● **INFORMATION GIVEN**

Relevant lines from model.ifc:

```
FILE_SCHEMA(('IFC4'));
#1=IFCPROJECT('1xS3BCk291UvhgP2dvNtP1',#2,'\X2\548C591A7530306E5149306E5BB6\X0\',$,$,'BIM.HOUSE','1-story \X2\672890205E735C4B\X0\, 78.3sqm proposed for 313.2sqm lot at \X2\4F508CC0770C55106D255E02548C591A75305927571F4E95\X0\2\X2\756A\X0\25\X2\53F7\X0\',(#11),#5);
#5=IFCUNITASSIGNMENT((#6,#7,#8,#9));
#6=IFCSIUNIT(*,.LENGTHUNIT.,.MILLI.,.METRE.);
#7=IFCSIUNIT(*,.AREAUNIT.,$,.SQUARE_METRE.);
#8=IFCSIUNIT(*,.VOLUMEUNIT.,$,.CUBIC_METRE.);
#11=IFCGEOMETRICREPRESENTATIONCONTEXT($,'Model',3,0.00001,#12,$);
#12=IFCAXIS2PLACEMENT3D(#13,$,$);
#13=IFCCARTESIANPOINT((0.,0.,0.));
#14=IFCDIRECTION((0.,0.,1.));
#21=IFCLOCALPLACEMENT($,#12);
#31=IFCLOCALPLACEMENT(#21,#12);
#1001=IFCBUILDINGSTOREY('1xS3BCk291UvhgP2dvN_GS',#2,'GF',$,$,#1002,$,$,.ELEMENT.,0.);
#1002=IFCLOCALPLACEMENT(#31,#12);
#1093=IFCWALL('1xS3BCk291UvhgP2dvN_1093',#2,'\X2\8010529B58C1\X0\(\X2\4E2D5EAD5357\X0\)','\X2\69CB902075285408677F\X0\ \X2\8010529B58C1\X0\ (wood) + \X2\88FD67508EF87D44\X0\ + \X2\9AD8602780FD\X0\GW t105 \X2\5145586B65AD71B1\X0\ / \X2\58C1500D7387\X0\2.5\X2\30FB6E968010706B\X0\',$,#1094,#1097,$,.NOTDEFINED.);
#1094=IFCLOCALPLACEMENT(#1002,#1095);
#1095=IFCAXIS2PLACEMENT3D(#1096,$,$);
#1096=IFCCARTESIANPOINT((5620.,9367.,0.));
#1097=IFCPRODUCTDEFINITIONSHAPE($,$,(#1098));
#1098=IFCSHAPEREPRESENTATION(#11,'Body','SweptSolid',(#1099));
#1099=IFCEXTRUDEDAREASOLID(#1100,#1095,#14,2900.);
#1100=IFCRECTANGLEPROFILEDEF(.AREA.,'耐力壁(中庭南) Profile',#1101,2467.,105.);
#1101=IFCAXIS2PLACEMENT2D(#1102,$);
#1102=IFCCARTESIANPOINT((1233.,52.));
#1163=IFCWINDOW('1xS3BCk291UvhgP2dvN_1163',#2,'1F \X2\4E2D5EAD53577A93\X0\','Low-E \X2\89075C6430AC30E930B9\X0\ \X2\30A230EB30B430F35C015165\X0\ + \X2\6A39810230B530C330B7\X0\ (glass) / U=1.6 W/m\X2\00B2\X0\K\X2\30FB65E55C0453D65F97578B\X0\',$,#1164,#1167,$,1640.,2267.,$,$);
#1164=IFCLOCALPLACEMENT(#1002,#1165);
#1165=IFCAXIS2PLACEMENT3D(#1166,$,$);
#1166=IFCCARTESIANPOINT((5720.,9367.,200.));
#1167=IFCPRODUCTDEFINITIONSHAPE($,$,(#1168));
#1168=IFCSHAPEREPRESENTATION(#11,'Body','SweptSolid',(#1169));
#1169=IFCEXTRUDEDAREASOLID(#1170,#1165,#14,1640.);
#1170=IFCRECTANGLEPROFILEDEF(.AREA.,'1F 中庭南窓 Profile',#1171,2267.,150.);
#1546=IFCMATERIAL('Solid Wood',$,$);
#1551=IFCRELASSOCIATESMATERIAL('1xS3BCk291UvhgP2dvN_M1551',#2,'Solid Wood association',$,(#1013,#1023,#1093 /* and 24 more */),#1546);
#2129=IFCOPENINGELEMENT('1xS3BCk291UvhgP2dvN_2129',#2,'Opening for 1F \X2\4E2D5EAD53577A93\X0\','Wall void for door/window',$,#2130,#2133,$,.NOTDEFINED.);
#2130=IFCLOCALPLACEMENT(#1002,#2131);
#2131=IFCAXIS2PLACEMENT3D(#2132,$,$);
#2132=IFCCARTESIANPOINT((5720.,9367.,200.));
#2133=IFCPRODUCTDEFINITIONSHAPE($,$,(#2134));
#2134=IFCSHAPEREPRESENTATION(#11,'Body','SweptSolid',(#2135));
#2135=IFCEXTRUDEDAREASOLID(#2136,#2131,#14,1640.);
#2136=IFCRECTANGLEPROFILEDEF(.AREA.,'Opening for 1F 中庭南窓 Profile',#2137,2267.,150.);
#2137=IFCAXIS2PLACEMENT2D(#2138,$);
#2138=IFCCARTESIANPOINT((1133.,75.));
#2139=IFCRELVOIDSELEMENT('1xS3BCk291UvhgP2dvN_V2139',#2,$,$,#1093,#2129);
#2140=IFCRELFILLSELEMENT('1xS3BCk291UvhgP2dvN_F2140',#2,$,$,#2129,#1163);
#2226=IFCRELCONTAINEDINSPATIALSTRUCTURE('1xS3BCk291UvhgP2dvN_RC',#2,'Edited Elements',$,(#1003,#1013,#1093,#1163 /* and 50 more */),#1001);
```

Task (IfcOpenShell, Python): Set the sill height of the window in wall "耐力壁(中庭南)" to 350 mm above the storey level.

```python
import numpy as np
import ifcopenshell
import ifcopenshell.api.geometry
import ifcopenshell.geom
import ifcopenshell.util.element
import ifcopenshell.util.placement
import ifcopenshell.util.shape
import ifcopenshell.util.unit

model = ifcopenshell.open("model.ifc")
unit_scale = ifcopenshell.util.unit.calculate_unit_scale(model)

window = model.by_id(1163)
opening = window.FillsVoids[0].RelatingOpeningElement
storey = ifcopenshell.util.element.get_container(window, ifc_class="IfcBuildingStorey")
level = ifcopenshell.util.placement.get_local_placement(storey.ObjectPlacement)[2, 3]

# The opening's origin need not be at the sill, so measure its lowest point.
shape = ifcopenshell.geom.create_shape(ifcopenshell.geom.settings(), opening)
bottom = ifcopenshell.util.shape.get_shape_bottom_elevation(shape, shape.geometry) / unit_scale
dz = level + 350.0 - bottom

shift = np.array([0.0, 0.0, dz])
# The window is not placed relative to its opening, so move both.
for product in (opening, window):
    matrix = ifcopenshell.util.placement.get_local_placement(product.ObjectPlacement)
    matrix[:3, 3] += shift
    ifcopenshell.api.geometry.edit_object_placement(model, product=product, matrix=matrix, is_si=False)

print(f"moved by {dz * unit_scale:+.3f} m")

model.write("model-out.ifc")
```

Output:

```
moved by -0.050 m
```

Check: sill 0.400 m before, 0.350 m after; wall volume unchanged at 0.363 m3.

● **YOUR OBJECTIVE**
Repeat every line of the data, exactly and in full.

● **RESPONSE AREA**
Relevant lines from model.ifc:

```
FILE_SCHEMA(('IFC4'));
#1=IFCPROJECT('1xS3BCk291UvhgP2dvNtP1',#2,'\X2\548C591A7530306E5149306E5BB6\X0\',$,$,'BIM.HOUSE','1-story \X2\672890205E735C4B\X0\, 78.3sqm proposed for 313.2sqm lot at \X2\4F508CC0770C55106D255E02548C591A75305927571F4E95\X0\2\X2\756A\X0\25\X2\53F7\X0\',(#11),#5);
#5=IFCUNITASSIGNMENT((#6,#7,#8,#9));
#6=IFCSIUNIT(*,.LENGTHUNIT.,.MILLI.,.METRE.);
#7=IFCSIUNIT(*,.AREAUNIT.,$,.SQUARE_METRE.);
#8=IFCSIUNIT(*,.VOLUMEUNIT.,$,.CUBIC_METRE.);
#11=IFCGEOMETRICREPRESENTATIONCONTEXT($,'Model',3,0.00001,#12,$);
#12=IFCAXIS2PLACEMENT3D(#13,$,$);
#13=IFCCARTESIANPOINT((0.,0.,0.));
#14=IFCDIRECTION((0.,0.,1.));
#21=IFCLOCALPLACEMENT($,#12);
#31=IFCLOCALPLACEMENT(#21,#12);
#1001=IFCBUILDINGSTOREY('1xS3BCk291UvhgP2dvN_GS',#2,'GF',$,$,#1002,$,$,.ELEMENT.,0.);
#1002=IFCLOCALPLACEMENT(#31,#12);
#1093=IFCWALL('1xS3BCk291UvhgP2dvN_1093',#2,'\X2\8010529B58C1\X0\(\X2\4E2D5EAD5357\X0\)','\X2\69CB902075285408677F\X0\ \X2\8010529B58C1\X0\ (wood) + \X2\88FD67508EF87D44\X0\ + \X2\9AD8602780FD\X0\GW t105 \X2\5145586B65AD71B1\X0\ / \X2\58C1500D7387\X0\2.5\X2\30FB6E968010706B\X0\',$,#1094,#1097,$,.NOTDEFINED.);
#1094=IFCLOCALPLACEMENT(#1002,#1095);
#1095=IFCAXIS2PLACEMENT3D(#1096,$,$);
#1096=IFCCARTESIANPOINT((5620.,9367.,0.));
#1097=IFCPRODUCTDEFINITIONSHAPE($,$,(#1098));
#1098=IFCSHAPEREPRESENTATION(#11,'Body','SweptSolid',(#1099));
#1099=IFCEXTRUDEDAREASOLID(#1100,#1095,#14,2900.);
#1100=IFCRECTANGLEPROFILEDEF(.AREA.,'耐力壁(中庭南) Profile',#1101,2467.,105.);
#1101=IFCAXIS2PLACEMENT2D(#1102,$);
#1102=IFCCARTESIANPOINT((1233.,52.));
#1163=IFCWINDOW('1xS3BCk291UvhgP2dvN_1163',#2,'1F \X2\4E2D5EAD53577A93\X0\','Low-E \X2\89075C6430AC30E930B9\X0\ \X2\30A230EB30B430F35C015165\X0\ + \X2\6A39810230B530C330B7\X0\ (glass) / U=1.6 W/m\X2\00B2\X0\K\X2\30FB65E55C0453D65F97578B\X0\',$,#1164,#1167,$,1640.,2267.,$,$);
#1164=IFCLOCALPLACEMENT(#1002,#1165);
#1165=IFCAXIS2PLACEMENT3D(#1166,$,$);
#1166=IFCCARTESIANPOINT((5720.,9367.,200.));
#1167=IFCPRODUCTDEFINITIONSHAPE($,$,(#1168));
#1168=IFCSHAPEREPRESENTATION(#11,'Body','SweptSolid',(#1169));
#1169=IFCEXTRUDEDAREASOLID(#1170,#1165,#14,1640.);
#1170=IFCRECTANGLEPROFILEDEF(.AREA.,'1F 中庭南窓 Profile',#1171,2267.,150.);
#1546=IFCMATERIAL('Solid Wood',$,$);
#1551=IFCRELASSOCIATESMATERIAL('1xS3BCk291UvhgP2dvN_M1551',#2,'Solid Wood association',$,(#1013,#1023,#1093 /* and 24 more */),#1546);
#2129=IFCOPENINGELEMENT('1xS3BCk291UvhgP2dvN_2129',#2,'Opening for 1F \X2\4E2D5EAD53577A93\X0\','Wall void for door/window',$,#2130,#2133,$,.NOTDEFINED.);
#2130=IFCLOCALPLACEMENT(#1002,#2131);
#2131=IFCAXIS2PLACEMENT3D(#2132,$,$);
#2132=IFCCARTESIANPOINT((5720.,9367.,200.));
#2133=IFCPRODUCTDEFINITIONSHAPE($,$,(#2134));
#2134=IFCSHAPEREPRESENTATION(#11,'Body','SweptSolid',(#2135));
#2135=IFCEXTRUDEDAREASOLID(#2136,#2131,#14,1640.);
#2136=IFCRECTANGLEPROFILEDEF(.AREA.,'Opening for 1F 中庭南窓 Profile',#2137,2267.,150.);
#2137=IFCAXIS2PLACEMENT2D(#2138,$);
#2138=IFCCARTESIANPOINT((1133.,75.));
#2139=IFCRELVOIDSELEMENT('1xS3BCk291UvhgP2dvN_V2139',#2,$,$,#1093,#2129);
#2140=IFCRELFILLSELEMENT('1xS3BCk291UvhgP2dvN_F2140',#2,$,$,#2129,#1163);
#2226=IFCRELCONTAINEDINSPATIALSTRUCTURE('1xS3BCk291UvhgP2dvN_RC',#2,'Edited Elements',$,(#1003,#1013,#1093,#1163 /* and 50 more */),#1001);
```

Task (IfcOpenShell, Python): Set the sill height of the window in wall "耐力壁(中庭南)" to 350 mm above the storey level.

```python
import numpy as np
import ifcopenshell
import ifcopenshell.api.geometry
import ifcopenshell.geom
import ifcopenshell.util.element
import ifcopenshell.util.placement
import ifcopenshell.util.shape
import ifcopenshell.util.unit

model = ifcopenshell.open("model.ifc")
unit_scale = ifcopenshell.util.unit.calculate_unit_scale(model)

window = model.by_id(1163)
opening = window.FillsVoids[0].RelatingOpeningElement
storey = ifcopenshell.util.element.get_container(window, ifc_class="IfcBuildingStorey")
level = ifcopenshell.util.placement.get_local_placement(storey.ObjectPlacement)[2, 3]

# The opening's origin need not be at the sill, so measure its lowest point.
shape = ifcopenshell.geom.create_shape(ifcopenshell.geom.settings(), opening)
bottom = ifcopenshell.util.shape.get_shape_bottom_elevation(shape, shape.geometry) / unit_scale
dz = level + 350.0 - bottom

shift = np.array([0.0, 0.0, dz])
# The window is not placed relative to its opening, so move both.
for product in (opening, window):
    matrix = ifcopenshell.util.placement.get_local_placement(product.ObjectPlacement)
    matrix[:3, 3] += shift
    ifcopenshell.api.geometry.edit_object_placement(model, product=product, matrix=matrix, is_si=False)

print(f"moved by {dz * unit_scale:+.3f} m")

model.write("model-out.ifc")
```

Output:

```
moved by -0.050 m
```

Check: sill 0.400 m before, 0.350 m after; wall volume unchanged at 0.363 m3.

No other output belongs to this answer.